In all the following, we assume that the variational smoothing distribution factorizes as $q_\phi(z_{1:t}|x_{1:t}) = q_\phi(z_t|x_{1:t}) \prod_{s=1}^{t-1} q_\phi(z_s|z_{s+1},x_{1:s})$. We always assume that $$q_\phi(z_t|x_{1:t}) \sim \mathcal{N}(\mu_{1:t}, \Sigma_{1:t})$$ and 

$$q_\phi(z_s|z_{s+1},x_{1:s}) \sim \mathcal{N}(\overleftarrow{\mu}_{1:t}(z_{s+1}), \overleftarrow{\Sigma}_{1:t})$$

In the following, we make several assumptions on both $p_\theta$ and $q_\phi$.


In this case, not only should the expectations be correctly recovered, but parameters in $\phi$ and $\theta$ should be identifiable. We also know that in this case the best estimate of $z_{1:t}^*$ for any sequence is obtained via the Kalman smoothing recursions applied with parameters $\theta$ on the observations $x_{1:t}$. 



## 1. Linear Gaussian HMM 

First we assume that observation sequences $x_{1:T}$ arise from $p_\theta(z_{1:t},x_{1:t})$ defined as
$$z_t = A_\theta z_{t-1} + a_\theta + \eta_\theta$$ 
$$x_t = B_\theta z_t + b_\theta + \epsilon_\theta$$

where $\eta_\theta \sim \mathcal{N}(0,Q_\theta)$ and $\epsilon_\theta \sim \mathcal{N}(0,R_\theta)$

### 1. a. Approximated by a linear Gaussian HMM

We start by recovering $p_\theta$ when $q_\phi$ is in the family of the true p.

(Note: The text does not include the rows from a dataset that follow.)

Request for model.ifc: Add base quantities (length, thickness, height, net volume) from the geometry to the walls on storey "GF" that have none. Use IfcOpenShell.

First a look at what the model holds.

```python
import ifcopenshell
import ifcopenshell.util.element
import ifcopenshell.util.unit

model = ifcopenshell.open("model.ifc")
print(model.schema)
for unit_type in ("LENGTHUNIT", "AREAUNIT", "VOLUMEUNIT"):
    print(unit_type, ifcopenshell.util.unit.calculate_unit_scale(model, unit_type))
storey = next(s for s in model.by_type("IfcBuildingStorey") if s.Name == "GF")
walls = [e for e in ifcopenshell.util.element.get_decomposition(storey) if e.is_a("IfcWall")]
for e in sorted(walls, key=lambda e: e.id()):
    print(e.id(), e.is_a(), e.Name, list(ifcopenshell.util.element.get_psets(e, qtos_only=True)), sep=" | ")
```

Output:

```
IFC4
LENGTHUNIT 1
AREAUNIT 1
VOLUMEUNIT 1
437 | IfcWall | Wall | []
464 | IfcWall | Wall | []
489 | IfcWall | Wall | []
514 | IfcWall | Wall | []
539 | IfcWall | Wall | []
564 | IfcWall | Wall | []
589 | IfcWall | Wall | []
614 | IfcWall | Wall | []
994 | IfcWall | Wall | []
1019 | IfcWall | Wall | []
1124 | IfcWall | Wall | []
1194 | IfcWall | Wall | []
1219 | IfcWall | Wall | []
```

```python
import ifcopenshell
import ifcopenshell.api.pset
import ifcopenshell.geom
import ifcopenshell.util.element
import ifcopenshell.util.shape
import ifcopenshell.util.unit

model = ifcopenshell.open("model.ifc")
unit_scale = ifcopenshell.util.unit.calculate_unit_scale(model)
volume_scale = ifcopenshell.util.unit.calculate_unit_scale(model, "VOLUMEUNIT")
settings = ifcopenshell.geom.settings()

storey = next(s for s in model.by_type("IfcBuildingStorey") if s.Name == "GF")
walls = [e for e in ifcopenshell.util.element.get_decomposition(storey) if e.is_a("IfcWall")]

for e in sorted(walls, key=lambda e: e.id()):
    if ifcopenshell.util.element.get_psets(e, qtos_only=True, should_inherit=False):
        continue
    # Geometry comes back in metres, in the element's own axes.
    shape = ifcopenshell.geom.create_shape(settings, e)
    values = {
        "Length": ifcopenshell.util.shape.get_x(shape.geometry) / unit_scale,
        "Width": ifcopenshell.util.shape.get_y(shape.geometry) / unit_scale,
        "Height": ifcopenshell.util.shape.get_z(shape.geometry) / unit_scale,
        "NetVolume": ifcopenshell.util.shape.get_volume(shape.geometry) / volume_scale,
    }
    qto = ifcopenshell.api.pset.add_qto(model, product=e, name="Qto_WallBaseQuantities")
    ifcopenshell.api.pset.edit_qto(model, qto=qto, properties=values)
    print(e.id(), {k: round(v, 3) for k, v in values.items()})

model.write("model-out.ifc")
```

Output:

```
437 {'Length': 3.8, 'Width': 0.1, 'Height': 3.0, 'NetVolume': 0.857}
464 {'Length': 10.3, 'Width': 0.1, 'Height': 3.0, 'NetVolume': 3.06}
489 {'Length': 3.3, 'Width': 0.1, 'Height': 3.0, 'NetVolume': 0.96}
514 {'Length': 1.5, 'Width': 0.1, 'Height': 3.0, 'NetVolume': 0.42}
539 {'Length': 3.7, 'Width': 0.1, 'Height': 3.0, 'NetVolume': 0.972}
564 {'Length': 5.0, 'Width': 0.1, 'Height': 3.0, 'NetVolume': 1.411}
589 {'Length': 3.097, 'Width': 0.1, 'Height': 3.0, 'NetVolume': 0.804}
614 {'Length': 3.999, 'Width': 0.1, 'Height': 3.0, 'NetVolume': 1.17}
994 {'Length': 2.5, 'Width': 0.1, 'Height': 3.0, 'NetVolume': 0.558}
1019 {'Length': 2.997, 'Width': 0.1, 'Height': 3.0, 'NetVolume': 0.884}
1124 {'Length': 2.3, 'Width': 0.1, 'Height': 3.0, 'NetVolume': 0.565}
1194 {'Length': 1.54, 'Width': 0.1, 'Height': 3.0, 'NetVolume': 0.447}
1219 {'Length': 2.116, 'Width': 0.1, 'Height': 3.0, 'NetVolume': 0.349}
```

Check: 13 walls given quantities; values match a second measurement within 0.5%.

We do this by prescribing the p for $q_\phi$ in forward time with a similar HMM structure as $p_\theta$ (but random initial parameters), and in this case the parameters of the filtering backward distributions exist via Kalman recursions and closed-form definitions.

In [7]:
hmm = LinearGaussianHMM(state_dim=2, obs_dim=2) # pick some true p p 
for param in hmm.model.parameters(): param.requires_grad = False # not learning the parameters of the true p for now 



# sampling 10 sequences from the hmm 
samples = [hmm.sample_joint_sequence(8) for _ in range(10)] 
state_sequences = [sample[0] for sample in samples]
observation_sequences = [sample[1] for sample in samples] 

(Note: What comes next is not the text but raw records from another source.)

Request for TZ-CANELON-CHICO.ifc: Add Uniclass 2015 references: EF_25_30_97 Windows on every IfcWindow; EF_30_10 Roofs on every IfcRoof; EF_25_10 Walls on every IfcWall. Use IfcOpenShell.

First a look at what the model holds.

```python
import ifcopenshell

model = ifcopenshell.open("TZ-CANELON-CHICO.ifc")
print(model.schema)
print("classifications:", [c.Name for c in model.by_type("IfcClassification")])
for ifc_class in ("IfcDoor", "IfcRoof", "IfcStair", "IfcWall", "IfcWindow"):
    print(ifc_class, len(model.by_type(ifc_class)))
```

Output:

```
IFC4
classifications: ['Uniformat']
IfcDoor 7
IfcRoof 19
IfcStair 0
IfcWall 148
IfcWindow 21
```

```python
import ifcopenshell
import ifcopenshell.api.classification

model = ifcopenshell.open("TZ-CANELON-CHICO.ifc")

system = ifcopenshell.api.classification.add_classification(model, classification="Uniclass 2015")

codes = {
    "IfcWindow": ("EF_25_30_97", "Windows"),
    "IfcRoof": ("EF_30_10", "Roofs"),
    "IfcWall": ("EF_25_10", "Walls"),
}
for ifc_class, (code, name) in codes.items():
    products = model.by_type(ifc_class)
    ifcopenshell.api.classification.add_reference(
        model, products=products, classification=system, identification=code, name=name
    )
    print(code, len(products))

model.write("TZ-CANELON-CHICO_v2.ifc")
```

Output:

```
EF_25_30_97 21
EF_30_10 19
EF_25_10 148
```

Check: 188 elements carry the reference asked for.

# the variational p is a random LGMM with same dimensions, and we will not learn the covariances for now
q = LinearGaussianHMM.get_random_model(2,2)
q.prior.parametrizations.cov.original.requires_grad = False
q.transition.parametrizations.cov.original.requires_grad = False 
q.emission.parametrizations.cov.original.requires_grad = False 

# the elbo object with p and q as arguments
elbo = fully_linear_gaussian_elbo(hmm.model, q)

# optimize the parameters of the ELBO (but theta deactivated above)
optimizer = torch.optim.Adam(params=elbo.parameters(), lr=1e-2)
true_evidence_all_sequences = sum(Kalman(hmm.model).filter(observations)[-1] for observations in observation_sequences)

print('True evidence accross all sequences:', true_evidence_all_sequences)

# optimizing p 
distance_to_true_objective = torch.abs(true_evidence_all_sequences - torch.inf)
eps = distance_to_true_objective

while eps > 1e-3:
    epoch_loss = 0.0
    for observations in observation_sequences: 
        optimizer.zero_grad()
        loss = -elbo(observations)
        loss.backward()
        optimizer.step()
        epoch_loss += -loss
    with torch.no_grad():
        new_distance_true_objective = torch.abs(true_evidence_all_sequences - epoch_loss)
        eps = torch.abs(new_distance_true_objective - distance_to_true_objective)
        distance_to_true_objective = new_distance_true_objective
        print('Epoch gain w.r.t to objective:', eps)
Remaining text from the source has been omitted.